ASSIGNMENT: Below are the records; copy exactly the stretch from the line containing "#74=IFCPRODUCTDEFINITIONSHAPE($,$,(#73));" through the line containing "#94=IFCINDEXEDPOLYGONALFACE((5,7,8,6));", both ends included, and nothing else.

INPUT MATERIAL:
- Opening Delimiter -

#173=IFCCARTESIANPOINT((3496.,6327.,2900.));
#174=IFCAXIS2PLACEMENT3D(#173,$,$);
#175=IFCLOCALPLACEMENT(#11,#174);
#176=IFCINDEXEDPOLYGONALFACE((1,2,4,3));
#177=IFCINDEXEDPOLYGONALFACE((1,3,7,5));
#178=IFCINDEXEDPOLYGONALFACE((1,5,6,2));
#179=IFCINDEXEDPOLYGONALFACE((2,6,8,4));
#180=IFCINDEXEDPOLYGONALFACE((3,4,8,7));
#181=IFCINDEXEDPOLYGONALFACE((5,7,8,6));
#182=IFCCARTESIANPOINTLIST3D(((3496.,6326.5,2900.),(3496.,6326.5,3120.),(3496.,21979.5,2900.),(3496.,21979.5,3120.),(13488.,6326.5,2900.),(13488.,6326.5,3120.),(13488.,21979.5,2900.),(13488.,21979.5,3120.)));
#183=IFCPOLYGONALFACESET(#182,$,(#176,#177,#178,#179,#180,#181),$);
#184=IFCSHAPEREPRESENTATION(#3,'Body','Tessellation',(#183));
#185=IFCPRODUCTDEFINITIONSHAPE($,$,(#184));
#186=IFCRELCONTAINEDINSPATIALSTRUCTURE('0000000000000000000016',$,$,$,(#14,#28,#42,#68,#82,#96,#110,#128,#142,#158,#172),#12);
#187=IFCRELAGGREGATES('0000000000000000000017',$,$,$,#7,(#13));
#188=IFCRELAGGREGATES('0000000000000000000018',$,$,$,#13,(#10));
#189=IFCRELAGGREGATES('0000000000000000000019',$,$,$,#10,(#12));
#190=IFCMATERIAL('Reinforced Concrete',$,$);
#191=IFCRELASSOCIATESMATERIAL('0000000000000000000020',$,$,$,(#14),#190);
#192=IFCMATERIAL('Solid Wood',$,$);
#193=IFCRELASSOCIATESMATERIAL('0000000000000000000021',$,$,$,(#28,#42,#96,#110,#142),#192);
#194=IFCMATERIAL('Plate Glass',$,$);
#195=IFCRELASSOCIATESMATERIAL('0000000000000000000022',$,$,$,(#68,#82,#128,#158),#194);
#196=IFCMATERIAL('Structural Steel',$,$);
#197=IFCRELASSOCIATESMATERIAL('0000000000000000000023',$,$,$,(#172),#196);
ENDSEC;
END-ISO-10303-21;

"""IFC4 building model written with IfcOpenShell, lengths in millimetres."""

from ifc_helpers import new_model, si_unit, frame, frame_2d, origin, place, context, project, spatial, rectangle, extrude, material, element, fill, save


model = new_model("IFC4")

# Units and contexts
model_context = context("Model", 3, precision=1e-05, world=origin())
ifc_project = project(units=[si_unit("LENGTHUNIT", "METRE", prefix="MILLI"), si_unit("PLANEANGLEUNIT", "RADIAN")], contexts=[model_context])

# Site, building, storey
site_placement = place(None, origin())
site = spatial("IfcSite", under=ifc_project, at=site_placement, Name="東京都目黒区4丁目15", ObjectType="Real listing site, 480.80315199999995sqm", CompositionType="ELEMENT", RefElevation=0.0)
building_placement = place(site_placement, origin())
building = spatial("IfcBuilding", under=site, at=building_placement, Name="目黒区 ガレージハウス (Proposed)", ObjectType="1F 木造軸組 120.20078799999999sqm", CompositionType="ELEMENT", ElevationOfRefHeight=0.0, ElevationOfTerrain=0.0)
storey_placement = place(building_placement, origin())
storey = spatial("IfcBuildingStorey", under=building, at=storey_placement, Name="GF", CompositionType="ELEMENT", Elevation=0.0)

- Closing Delimiter -
- Opening Delimiter -

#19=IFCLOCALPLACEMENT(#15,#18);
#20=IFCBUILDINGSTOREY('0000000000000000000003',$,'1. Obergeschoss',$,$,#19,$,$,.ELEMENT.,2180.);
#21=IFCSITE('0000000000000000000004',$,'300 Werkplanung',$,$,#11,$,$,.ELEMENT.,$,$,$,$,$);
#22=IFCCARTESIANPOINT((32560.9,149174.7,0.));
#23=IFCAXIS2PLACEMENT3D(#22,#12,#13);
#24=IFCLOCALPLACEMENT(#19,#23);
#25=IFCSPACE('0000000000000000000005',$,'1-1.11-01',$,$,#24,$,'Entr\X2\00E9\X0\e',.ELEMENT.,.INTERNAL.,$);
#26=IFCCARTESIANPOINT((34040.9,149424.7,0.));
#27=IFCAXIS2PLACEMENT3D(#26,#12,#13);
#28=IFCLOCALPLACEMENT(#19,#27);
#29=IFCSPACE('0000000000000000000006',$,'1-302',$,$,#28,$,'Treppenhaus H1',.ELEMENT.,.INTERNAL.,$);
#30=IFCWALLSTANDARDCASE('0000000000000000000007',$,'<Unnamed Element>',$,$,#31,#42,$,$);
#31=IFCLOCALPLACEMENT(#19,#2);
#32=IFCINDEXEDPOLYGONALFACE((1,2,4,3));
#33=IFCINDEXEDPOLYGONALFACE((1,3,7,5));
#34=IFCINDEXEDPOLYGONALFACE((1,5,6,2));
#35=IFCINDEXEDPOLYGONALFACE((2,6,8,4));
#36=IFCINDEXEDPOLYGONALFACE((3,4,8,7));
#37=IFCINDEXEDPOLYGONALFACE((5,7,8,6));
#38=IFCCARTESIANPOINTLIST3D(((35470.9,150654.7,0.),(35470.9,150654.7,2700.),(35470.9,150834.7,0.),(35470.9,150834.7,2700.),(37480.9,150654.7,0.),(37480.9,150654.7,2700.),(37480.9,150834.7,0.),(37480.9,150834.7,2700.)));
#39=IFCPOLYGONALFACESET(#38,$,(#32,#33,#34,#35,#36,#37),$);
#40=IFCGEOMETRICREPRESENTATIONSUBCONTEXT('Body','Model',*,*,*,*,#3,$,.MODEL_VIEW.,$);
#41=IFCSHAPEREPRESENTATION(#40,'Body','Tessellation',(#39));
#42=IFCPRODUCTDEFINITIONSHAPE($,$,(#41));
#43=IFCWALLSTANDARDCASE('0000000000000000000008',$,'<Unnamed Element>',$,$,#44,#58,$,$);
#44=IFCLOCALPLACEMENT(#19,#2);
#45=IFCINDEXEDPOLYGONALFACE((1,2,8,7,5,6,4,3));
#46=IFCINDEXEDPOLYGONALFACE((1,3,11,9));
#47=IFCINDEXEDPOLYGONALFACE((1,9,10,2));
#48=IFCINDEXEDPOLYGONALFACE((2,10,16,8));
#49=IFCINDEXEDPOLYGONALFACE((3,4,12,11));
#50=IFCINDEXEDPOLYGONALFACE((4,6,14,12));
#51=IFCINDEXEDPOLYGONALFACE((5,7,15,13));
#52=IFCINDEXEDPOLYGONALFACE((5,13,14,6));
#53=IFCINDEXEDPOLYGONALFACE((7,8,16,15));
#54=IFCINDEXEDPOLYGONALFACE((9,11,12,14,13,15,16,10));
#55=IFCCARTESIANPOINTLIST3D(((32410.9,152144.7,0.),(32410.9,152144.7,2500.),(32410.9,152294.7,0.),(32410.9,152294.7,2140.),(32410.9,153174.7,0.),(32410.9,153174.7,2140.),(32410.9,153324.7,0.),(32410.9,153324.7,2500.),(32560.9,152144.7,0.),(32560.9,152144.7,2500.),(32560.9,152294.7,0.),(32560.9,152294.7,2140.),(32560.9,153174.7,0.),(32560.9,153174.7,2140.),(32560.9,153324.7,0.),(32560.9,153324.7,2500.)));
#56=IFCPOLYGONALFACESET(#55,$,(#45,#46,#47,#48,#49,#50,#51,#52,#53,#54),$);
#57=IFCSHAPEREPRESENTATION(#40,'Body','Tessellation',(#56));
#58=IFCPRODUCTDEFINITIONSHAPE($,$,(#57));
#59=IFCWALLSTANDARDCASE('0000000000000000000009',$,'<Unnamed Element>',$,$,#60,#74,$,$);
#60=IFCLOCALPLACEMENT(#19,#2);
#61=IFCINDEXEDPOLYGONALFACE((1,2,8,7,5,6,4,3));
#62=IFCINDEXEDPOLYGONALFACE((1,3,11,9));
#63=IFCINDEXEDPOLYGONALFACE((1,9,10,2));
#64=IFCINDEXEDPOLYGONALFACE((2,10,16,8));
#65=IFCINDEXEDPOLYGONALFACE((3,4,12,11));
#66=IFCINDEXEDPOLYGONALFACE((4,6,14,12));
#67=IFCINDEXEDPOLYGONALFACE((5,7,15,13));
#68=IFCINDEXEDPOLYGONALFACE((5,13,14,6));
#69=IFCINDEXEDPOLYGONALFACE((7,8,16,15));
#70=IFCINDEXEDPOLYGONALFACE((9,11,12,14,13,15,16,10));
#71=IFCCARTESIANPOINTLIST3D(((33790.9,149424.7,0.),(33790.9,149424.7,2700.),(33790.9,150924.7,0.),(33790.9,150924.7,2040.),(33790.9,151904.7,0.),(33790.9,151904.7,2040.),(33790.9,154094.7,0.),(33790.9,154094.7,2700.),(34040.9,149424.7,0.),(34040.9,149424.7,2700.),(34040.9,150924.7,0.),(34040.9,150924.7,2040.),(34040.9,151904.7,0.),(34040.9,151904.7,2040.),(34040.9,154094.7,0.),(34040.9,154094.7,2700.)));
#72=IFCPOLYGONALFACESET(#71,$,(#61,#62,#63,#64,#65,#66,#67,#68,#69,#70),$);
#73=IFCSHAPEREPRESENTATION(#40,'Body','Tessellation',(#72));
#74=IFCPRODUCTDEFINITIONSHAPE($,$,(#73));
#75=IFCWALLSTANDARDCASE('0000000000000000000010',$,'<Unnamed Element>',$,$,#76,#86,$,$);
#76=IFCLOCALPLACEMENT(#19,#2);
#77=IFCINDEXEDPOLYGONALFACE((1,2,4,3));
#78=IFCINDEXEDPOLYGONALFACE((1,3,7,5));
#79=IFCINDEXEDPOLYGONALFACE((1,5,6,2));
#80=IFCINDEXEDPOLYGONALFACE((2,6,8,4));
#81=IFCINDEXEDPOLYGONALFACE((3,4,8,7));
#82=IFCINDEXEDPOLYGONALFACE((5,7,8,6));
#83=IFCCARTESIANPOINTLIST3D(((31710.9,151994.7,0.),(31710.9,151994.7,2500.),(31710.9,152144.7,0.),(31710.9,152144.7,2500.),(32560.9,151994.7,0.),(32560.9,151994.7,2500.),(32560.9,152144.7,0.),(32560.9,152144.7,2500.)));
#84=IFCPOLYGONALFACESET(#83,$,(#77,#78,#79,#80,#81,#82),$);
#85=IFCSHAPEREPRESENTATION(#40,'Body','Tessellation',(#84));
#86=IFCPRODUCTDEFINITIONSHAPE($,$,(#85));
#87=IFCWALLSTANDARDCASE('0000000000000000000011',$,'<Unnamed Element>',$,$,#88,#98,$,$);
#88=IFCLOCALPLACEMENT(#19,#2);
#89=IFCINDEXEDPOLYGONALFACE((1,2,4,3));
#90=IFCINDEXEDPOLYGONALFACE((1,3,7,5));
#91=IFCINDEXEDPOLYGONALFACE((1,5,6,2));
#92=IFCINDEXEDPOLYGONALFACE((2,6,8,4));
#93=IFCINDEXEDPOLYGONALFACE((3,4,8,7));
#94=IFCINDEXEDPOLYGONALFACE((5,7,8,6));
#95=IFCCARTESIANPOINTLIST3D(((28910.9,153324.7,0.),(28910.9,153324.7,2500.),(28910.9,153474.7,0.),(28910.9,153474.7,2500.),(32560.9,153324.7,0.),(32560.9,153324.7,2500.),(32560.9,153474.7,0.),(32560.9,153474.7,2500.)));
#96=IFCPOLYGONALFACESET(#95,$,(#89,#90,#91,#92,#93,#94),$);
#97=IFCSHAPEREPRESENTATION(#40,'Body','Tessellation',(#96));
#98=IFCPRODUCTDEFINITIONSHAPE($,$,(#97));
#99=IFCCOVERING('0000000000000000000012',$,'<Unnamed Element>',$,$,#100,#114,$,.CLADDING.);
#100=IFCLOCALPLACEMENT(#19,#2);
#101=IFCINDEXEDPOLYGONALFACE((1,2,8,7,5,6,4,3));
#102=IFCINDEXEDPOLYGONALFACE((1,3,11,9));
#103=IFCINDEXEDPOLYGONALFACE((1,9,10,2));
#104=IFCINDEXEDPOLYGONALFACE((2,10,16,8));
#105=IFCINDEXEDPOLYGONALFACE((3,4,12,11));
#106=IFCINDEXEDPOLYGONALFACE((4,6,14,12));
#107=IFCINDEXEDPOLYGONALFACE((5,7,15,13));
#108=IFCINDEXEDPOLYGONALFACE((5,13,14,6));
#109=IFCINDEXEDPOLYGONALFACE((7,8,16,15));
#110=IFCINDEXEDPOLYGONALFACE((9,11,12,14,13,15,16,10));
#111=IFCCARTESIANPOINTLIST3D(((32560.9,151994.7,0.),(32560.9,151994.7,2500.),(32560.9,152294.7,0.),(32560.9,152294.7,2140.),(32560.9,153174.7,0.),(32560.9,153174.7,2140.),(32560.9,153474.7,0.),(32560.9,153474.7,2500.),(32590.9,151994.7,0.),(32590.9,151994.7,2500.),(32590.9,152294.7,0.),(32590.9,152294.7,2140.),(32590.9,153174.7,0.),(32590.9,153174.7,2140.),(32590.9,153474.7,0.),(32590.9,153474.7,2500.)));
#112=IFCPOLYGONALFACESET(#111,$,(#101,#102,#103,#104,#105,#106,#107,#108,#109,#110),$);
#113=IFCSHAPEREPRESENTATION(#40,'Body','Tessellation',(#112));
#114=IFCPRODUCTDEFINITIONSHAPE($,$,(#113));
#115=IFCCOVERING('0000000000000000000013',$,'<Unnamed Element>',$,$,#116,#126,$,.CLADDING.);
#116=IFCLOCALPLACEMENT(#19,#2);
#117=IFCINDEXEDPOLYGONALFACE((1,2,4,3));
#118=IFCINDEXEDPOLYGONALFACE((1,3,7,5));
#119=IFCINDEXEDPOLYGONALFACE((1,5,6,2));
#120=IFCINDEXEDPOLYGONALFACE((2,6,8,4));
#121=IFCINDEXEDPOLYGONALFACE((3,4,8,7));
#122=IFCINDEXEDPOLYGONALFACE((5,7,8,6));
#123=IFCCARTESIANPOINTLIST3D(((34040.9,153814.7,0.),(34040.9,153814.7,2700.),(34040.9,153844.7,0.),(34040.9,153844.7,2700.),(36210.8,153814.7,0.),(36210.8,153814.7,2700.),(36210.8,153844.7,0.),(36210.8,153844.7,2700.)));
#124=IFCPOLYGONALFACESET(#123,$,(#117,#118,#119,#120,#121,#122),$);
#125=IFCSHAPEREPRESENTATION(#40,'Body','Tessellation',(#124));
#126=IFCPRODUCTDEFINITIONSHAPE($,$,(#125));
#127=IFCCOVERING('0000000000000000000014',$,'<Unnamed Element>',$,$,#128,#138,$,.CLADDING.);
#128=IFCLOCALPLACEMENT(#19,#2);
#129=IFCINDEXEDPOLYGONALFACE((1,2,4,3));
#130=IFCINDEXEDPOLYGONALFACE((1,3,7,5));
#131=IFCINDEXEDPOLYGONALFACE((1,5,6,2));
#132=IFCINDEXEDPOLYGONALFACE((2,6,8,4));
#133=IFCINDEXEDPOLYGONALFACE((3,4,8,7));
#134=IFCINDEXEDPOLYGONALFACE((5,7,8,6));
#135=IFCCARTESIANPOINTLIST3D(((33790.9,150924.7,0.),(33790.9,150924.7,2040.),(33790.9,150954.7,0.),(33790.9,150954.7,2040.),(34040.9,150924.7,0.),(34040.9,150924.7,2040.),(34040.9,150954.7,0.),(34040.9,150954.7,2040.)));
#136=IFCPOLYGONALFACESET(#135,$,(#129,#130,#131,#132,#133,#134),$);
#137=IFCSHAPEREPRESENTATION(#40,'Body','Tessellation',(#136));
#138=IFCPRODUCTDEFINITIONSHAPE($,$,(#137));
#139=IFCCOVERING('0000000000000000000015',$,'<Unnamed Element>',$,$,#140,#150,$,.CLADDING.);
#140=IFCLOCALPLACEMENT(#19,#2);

- Closing Delimiter -

OUTPUT OF THE EXERCISE:
#74=IFCPRODUCTDEFINITIONSHAPE($,$,(#73));
#75=IFCWALLSTANDARDCASE('0000000000000000000010',$,'<Unnamed Element>',$,$,#76,#86,$,$);
#76=IFCLOCALPLACEMENT(#19,#2);
#77=IFCINDEXEDPOLYGONALFACE((1,2,4,3));
#78=IFCINDEXEDPOLYGONALFACE((1,3,7,5));
#79=IFCINDEXEDPOLYGONALFACE((1,5,6,2));
#80=IFCINDEXEDPOLYGONALFACE((2,6,8,4));
#81=IFCINDEXEDPOLYGONALFACE((3,4,8,7));
#82=IFCINDEXEDPOLYGONALFACE((5,7,8,6));
#83=IFCCARTESIANPOINTLIST3D(((31710.9,151994.7,0.),(31710.9,151994.7,2500.),(31710.9,152144.7,0.),(31710.9,152144.7,2500.),(32560.9,151994.7,0.),(32560.9,151994.7,2500.),(32560.9,152144.7,0.),(32560.9,152144.7,2500.)));
#84=IFCPOLYGONALFACESET(#83,$,(#77,#78,#79,#80,#81,#82),$);
#85=IFCSHAPEREPRESENTATION(#40,'Body','Tessellation',(#84));
#86=IFCPRODUCTDEFINITIONSHAPE($,$,(#85));
#87=IFCWALLSTANDARDCASE('0000000000000000000011',$,'<Unnamed Element>',$,$,#88,#98,$,$);
#88=IFCLOCALPLACEMENT(#19,#2);
#89=IFCINDEXEDPOLYGONALFACE((1,2,4,3));
#90=IFCINDEXEDPOLYGONALFACE((1,3,7,5));
#91=IFCINDEXEDPOLYGONALFACE((1,5,6,2));
#92=IFCINDEXEDPOLYGONALFACE((2,6,8,4));
#93=IFCINDEXEDPOLYGONALFACE((3,4,8,7));
#94=IFCINDEXEDPOLYGONALFACE((5,7,8,6));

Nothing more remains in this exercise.